YOUR GOAL
In the records below, find each line with the word "IFCFURNISHINGELEMENT" and copy it.

Stored entries
★ ★ ★
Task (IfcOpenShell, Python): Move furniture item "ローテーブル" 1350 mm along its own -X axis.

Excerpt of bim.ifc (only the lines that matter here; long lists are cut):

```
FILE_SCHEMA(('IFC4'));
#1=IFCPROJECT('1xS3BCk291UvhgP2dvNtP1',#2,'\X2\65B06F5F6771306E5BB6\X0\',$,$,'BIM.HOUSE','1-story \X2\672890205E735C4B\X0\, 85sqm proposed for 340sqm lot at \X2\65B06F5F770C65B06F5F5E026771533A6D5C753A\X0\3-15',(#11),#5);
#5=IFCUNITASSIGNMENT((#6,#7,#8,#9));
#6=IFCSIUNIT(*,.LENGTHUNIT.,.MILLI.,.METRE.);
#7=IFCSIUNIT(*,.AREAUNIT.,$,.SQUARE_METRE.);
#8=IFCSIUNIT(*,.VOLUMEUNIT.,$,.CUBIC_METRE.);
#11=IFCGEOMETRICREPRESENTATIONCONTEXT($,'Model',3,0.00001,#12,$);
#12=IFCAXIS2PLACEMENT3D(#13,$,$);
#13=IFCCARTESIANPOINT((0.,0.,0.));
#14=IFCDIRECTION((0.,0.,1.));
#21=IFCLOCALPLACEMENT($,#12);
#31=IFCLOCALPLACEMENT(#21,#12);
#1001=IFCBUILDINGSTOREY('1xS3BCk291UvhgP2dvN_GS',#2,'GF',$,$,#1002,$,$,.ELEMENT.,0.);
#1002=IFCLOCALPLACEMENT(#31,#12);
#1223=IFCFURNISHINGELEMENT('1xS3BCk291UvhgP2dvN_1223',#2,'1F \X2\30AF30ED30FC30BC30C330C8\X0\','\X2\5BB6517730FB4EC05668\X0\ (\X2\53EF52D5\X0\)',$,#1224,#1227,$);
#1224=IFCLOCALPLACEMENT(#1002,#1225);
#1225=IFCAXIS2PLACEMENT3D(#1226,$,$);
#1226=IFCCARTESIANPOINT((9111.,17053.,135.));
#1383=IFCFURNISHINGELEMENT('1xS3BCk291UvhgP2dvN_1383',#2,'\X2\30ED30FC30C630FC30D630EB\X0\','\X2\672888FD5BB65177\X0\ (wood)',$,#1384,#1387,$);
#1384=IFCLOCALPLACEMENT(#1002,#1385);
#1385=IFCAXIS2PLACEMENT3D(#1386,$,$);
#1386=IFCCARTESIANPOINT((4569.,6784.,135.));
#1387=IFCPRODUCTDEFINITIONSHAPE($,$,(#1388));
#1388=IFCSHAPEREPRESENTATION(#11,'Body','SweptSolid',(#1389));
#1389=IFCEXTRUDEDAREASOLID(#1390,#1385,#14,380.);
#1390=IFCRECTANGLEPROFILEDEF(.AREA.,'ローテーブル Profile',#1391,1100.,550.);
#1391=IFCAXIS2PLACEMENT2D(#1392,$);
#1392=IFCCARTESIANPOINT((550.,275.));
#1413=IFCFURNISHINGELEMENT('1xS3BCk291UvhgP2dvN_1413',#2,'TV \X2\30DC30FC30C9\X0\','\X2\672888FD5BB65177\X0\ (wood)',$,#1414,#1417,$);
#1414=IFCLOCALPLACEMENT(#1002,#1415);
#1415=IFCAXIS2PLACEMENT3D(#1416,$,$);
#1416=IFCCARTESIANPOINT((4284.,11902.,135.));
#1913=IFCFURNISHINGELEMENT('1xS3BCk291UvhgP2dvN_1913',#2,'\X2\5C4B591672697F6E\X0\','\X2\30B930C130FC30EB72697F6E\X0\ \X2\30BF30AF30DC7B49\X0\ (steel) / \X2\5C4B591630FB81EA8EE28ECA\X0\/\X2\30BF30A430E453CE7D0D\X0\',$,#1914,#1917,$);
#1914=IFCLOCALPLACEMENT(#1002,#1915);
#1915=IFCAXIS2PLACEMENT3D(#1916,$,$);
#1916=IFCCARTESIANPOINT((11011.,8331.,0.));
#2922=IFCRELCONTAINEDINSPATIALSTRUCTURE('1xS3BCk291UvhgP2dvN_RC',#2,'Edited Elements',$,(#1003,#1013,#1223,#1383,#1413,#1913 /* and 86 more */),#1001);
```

```python
import ifcopenshell
import ifcopenshell.api.geometry
import ifcopenshell.util.placement
import ifcopenshell.util.unit

model = ifcopenshell.open("bim.ifc")
unit_scale = ifcopenshell.util.unit.calculate_unit_scale(model)

item = model.by_id(1383)
matrix = ifcopenshell.util.placement.get_local_placement(item.ObjectPlacement)
matrix[:3, 3] -= matrix[:3, 0] * 1.35 / unit_scale
ifcopenshell.api.geometry.edit_object_placement(model, product=item, matrix=matrix, is_si=False)

print(ifcopenshell.util.placement.get_local_placement(item.ObjectPlacement).round(3) + 0.0)

model.write("bim_updated.ifc")
```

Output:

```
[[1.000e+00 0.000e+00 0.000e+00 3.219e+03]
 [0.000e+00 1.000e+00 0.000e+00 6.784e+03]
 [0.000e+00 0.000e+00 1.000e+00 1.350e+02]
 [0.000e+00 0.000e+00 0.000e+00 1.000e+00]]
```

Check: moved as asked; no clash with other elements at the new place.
★ ★ ★
WRITTEN ANSWER
#1223=IFCFURNISHINGELEMENT('1xS3BCk291UvhgP2dvN_1223',#2,'1F \X2\30AF30ED30FC30BC30C330C8\X0\','\X2\5BB6517730FB4EC05668\X0\ (\X2\53EF52D5\X0\)',$,#1224,#1227,$);
#1383=IFCFURNISHINGELEMENT('1xS3BCk291UvhgP2dvN_1383',#2,'\X2\30ED30FC30C630FC30D630EB\X0\','\X2\672888FD5BB65177\X0\ (wood)',$,#1384,#1387,$);
#1413=IFCFURNISHINGELEMENT('1xS3BCk291UvhgP2dvN_1413',#2,'TV \X2\30DC30FC30C9\X0\','\X2\672888FD5BB65177\X0\ (wood)',$,#1414,#1417,$);
#1913=IFCFURNISHINGELEMENT('1xS3BCk291UvhgP2dvN_1913',#2,'\X2\5C4B591672697F6E\X0\','\X2\30B930C130FC30EB72697F6E\X0\ \X2\30BF30AF30DC7B49\X0\ (steel) / \X2\5C4B591630FB81EA8EE28ECA\X0\/\X2\30BF30A430E453CE7D0D\X0\',$,#1914,#1917,$);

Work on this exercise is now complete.